It happened that one of my GROMACS jobs was not finalised properly. As a result, I have the log, gro, edr, cpt, tpr files corresponding to the end of the simulation [ 1.5 ms ] , but the xtc file corresponds to an intermediate time moment [ 1 ms ] , from which the MD simulation job was extended. Apparently, the last 0.5 ms of the system trajectory is lost, and I need to restore it. Also, surprisingly, prev_cpt file seems to correspong to the time moment 1 ms.
I have two Qs :
what is the reliable way to start the job from that intermediate time moment? shall I use prev_cpt as a restart point?
what will GROMACS do with those log, gro, edr files, are they to be rewritten? Especially, I’m curious about the log file content, namely will GROMACS add new logs to the end of the file or will it rewrite the logs between 1 ms and 1.5 ms?
I think the first thing that I would try is to restart from the old checkpoint file, as described in the manual. Otherwise, given that you will already have to rerun a third of your simulation, I think your safest bet is to just start from scratch, which is annoying but might save you some headache. If you really don’t want to do that ,what you could do is extracting the last frame of your simulation, e.g. with gmx trjconv -dump, and generating a new tpr with that as the starting point, run for your desired length, and then concatenate the two trajectories. However, according to the same manual page as above, that’s not recommended.
Thanks for the GROMACS manual link and for the suggestions! Appreciated!
A few Qs, if you don’t mind :
do I get it clear that if I chose to restart from cpt file, then I don’t need to do anything else, but run, e.g. create a gro file with the current atom coordinates, create a new tpr file, etc.

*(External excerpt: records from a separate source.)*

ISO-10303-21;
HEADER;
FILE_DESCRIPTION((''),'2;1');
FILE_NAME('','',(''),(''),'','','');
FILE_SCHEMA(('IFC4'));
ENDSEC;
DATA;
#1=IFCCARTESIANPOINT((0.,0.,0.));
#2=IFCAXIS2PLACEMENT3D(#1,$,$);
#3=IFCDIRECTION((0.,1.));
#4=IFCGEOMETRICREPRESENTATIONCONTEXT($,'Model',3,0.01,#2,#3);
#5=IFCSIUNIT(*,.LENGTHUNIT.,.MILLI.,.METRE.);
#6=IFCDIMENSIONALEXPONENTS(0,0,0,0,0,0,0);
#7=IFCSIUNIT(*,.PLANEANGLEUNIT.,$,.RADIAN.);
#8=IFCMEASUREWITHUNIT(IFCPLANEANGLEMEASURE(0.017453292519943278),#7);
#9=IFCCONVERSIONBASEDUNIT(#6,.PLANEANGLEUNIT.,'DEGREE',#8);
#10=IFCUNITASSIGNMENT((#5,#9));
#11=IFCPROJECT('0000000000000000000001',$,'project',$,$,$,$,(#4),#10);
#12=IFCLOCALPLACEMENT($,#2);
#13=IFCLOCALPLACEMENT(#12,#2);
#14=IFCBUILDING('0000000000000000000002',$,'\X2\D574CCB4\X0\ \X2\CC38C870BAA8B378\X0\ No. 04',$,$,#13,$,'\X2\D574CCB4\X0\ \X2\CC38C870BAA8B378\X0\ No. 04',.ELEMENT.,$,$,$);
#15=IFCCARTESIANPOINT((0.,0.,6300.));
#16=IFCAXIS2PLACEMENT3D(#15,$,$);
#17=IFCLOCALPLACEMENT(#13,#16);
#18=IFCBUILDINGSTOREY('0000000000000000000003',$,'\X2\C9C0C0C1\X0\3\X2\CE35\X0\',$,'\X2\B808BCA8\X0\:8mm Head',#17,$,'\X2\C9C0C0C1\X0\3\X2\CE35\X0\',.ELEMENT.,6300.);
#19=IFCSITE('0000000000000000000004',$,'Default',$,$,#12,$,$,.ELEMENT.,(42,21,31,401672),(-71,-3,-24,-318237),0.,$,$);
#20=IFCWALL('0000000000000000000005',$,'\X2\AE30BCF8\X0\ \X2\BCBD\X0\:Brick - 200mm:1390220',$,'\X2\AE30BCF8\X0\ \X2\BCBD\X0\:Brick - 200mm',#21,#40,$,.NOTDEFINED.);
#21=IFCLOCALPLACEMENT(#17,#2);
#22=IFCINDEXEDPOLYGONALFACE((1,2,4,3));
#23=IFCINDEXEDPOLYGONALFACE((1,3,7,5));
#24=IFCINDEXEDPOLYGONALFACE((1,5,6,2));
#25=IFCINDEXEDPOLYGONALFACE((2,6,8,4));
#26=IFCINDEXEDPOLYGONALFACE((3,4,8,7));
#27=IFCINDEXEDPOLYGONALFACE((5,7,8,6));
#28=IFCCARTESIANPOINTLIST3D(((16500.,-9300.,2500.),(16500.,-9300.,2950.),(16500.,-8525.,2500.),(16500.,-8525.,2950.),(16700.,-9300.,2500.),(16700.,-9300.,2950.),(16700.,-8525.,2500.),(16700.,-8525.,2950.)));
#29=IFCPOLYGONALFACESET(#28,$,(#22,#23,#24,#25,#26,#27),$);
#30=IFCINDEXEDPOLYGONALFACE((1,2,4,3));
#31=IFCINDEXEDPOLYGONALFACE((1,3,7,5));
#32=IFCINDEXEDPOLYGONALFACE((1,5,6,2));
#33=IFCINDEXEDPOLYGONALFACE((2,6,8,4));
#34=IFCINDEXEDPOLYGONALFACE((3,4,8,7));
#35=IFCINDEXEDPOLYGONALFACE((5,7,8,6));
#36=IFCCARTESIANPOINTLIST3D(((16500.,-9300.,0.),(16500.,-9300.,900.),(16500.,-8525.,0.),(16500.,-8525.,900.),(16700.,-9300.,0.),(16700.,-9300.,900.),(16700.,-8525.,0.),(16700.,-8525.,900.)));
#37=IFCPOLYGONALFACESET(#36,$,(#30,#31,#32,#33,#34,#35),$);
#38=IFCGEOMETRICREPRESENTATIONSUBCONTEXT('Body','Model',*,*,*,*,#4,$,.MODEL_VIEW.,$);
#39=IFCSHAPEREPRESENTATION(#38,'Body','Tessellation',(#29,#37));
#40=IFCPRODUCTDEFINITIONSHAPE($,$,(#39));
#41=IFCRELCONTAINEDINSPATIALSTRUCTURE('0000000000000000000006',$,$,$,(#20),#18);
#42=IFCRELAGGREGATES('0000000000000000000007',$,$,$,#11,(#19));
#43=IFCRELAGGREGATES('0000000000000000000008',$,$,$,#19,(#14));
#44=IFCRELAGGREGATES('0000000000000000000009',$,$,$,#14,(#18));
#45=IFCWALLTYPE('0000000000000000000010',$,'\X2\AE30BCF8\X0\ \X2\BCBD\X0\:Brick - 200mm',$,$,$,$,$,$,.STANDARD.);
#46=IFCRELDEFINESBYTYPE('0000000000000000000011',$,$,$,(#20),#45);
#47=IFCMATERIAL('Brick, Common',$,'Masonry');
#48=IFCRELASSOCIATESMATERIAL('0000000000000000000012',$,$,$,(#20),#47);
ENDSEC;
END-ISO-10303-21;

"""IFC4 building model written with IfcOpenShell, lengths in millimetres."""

from ifc_helpers import new_model, entity, si_unit, converted_unit, direction, frame, origin, place, context, subcontext, project, spatial, indexed_curve, outline, extrude, material, type_object, element, save


model = new_model("IFC4")

# Units and contexts
model_context = context("Model", 3, precision=0.01, world=origin(), true_north=direction((0.0, 1.0)))
body_context = subcontext(model_context, "Body", "Model", "MODEL_VIEW")
ifc_project = project(units=[si_unit("LENGTHUNIT", "METRE", prefix="MILLI"), converted_unit("PLANEANGLEUNIT", "DEGREE", entity("IfcPlaneAngleMeasure", 0.017453292519943278), si_unit("PLANEANGLEUNIT", "RADIAN"), dimensions=[0, 0, 0, 0, 0, 0, 0])], contexts=[model_context])

# Site, building, storey
site_placement = place(None, origin())
site = spatial("IfcSite", under=ifc_project, at=site_placement, Name="Default", CompositionType="ELEMENT", RefLatitude=(42, 21, 31, 401672), RefLongitude=(-71, -3, -24, -318237), RefElevation=0.0)
building_placement = place(site_placement, origin())
building = spatial("IfcBuilding", under=site, at=building_placement, Name="해체 참조모델 No. 04", LongName="해체 참조모델 No. 04", CompositionType="ELEMENT")
storey_placement = place(building_placement, frame((0.0, 0.0, 6300.0)))
storey = spatial("IfcBuildingStorey", under=building, at=storey_placement, Name="지상3층", ObjectType="레벨:8mm Head", LongName="지상3층", CompositionType="ELEMENT", Elevation=6300.0)

# Shared definitions
ifc_material_1 = material(Name="Brick, Common", Category="Masonry")
wall_type = type_object("IfcWallType", Name="기본 벽:Brick - 200mm", PredefinedType="STANDARD")

# Wall, opening
wall_1_placement = place(storey_placement, frame((16600.0, -9300.0, 0.0), z_axis=(0.0, 0.0, 1.0), x_axis=(0.0, 1.0, 0.0)))
wall_1 = element("IfcWall", 1, at=wall_1_placement, inside=storey, type_object=wall_type, material=ifc_material_1, Name="기본 벽:Brick - 200mm:1390220", ObjectType="기본 벽:Brick - 200mm", PredefinedType="NOTDEFINED", context=body_context, shape_type="SweptSolid", body=[
    extrude(outline(indexed_curve([(-100.0, -387.5), (100.0, -387.5), (100.0, 387.5), (-100.0, 387.5), (-100.0, -387.5)], self_intersect=False)), frame((387.5, 0.0, 2500.0), z_axis=(0.0, 0.0, 1.0), x_axis=(0.0, 1.0, 0.0)), (0.0, 0.0, 1.0), 450.0),
    extrude(outline(indexed_curve([(-100.0, -387.5), (100.0, -387.5), (100.0, 387.5), (-100.0, 387.5), (-100.0, -387.5)], self_intersect=False)), frame((387.5, 0.0, 0.0), z_axis=(0.0, 0.0, 1.0), x_axis=(0.0, 1.0, 0.0)), (0.0, 0.0, 1.0), 900.0),
])
opening_1_placement = place(wall_1_placement, origin())
element("IfcOpeningElement", 2, at=opening_1_placement, cuts=wall_1, PredefinedType="OPENING", context=body_context, shape_type="SweptSolid", body=[
    extrude(outline(indexed_curve([(-800.0, -387.5), (800.0, -387.5), (800.0, 387.5), (-800.0, 387.5), (-800.0, -387.5)], self_intersect=False)), frame((387.5, -252.4, 1700.0), z_axis=(0.0, 1.0, 0.0), x_axis=(0.0, 0.0, 1.0)), (0.0, 0.0, 1.0), 504.8),
])

save(model, "model.ifc")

following the link to the GROMACS manual that you shared, is it correct that, since the GROMACS job finished correctly, the restart from the previous cpt will lead to adding newly generated logs to the end of the log file?
I have a 3rd question, if you do not mind : suppose, I want to extend that failed simulation up to a longer time; then, naturally, I gotta change mdp file, specifically, nsteps line; given I want to restart from a cpt file that pretends to store the current state of the MD job, do I need to sample the last atom coordinates into gro and to create a new tpr file, or is cpt solely enough?
One thing first, definitely make a backup of your data first since something clearly went wrong with your files before. That said,
Correct, you shouldn’t run grompp again when starting from a restart file. E.g., just run gmx mdrun -cpi state_prev (or whatever your file is called, plus any flags you were using previously)
It will append to the existing files, from the checkpoint onwards (anything after the checkpoint is overwritten), unless you specify -noappend
You can use gmx convert-tpr -extend
All of this should be in the linked manual page, though. But thinking about it again, are you really sure the trajectory is corrupted? It seems strange to me that the .xtc file should be the only one that didn’t get written properly, while the others were. That shouldn’t happen under normal circumstances. Are you sure you weren’t moving files around while the simulation was running or something?
gmx convert-tpr -extend is a recipe that doesn’t imply mdp file modifications, however, if mdp is modified, then gmx grompp to create a new tpr is necessary; is it correct?
I value the manuals obviously and read them carefully. However, the most reliable way is the hands-on experience IMHO. Therefore, if users share their real work recipes, I tend to trust them :)
Regarding your Q about the trajectory file, it’s not corrupted, it’s just the data not added from 1 ms to 1.5 ms time range. Our technical implementation is as follows : the files necessary for an MD job are copied from the work folder to a temporary folder, where a GROMACS job is executed, and afterwards all the files are copied back to the work folder. Naturally, in case of, e.g. a power down, the backwards copying is terminated, and under the greatest risk are the heaviest files, e.g. xtc trajectories that might weight dozens of GBs. In case of that problematic job of mine, everything was copied normally, xtc copying apparently got terminated, and prev_cpt was after after xtc in the copying queue, so it was not copied. So, yeah, the trouble happened exactly bc of the files movement, but not by me.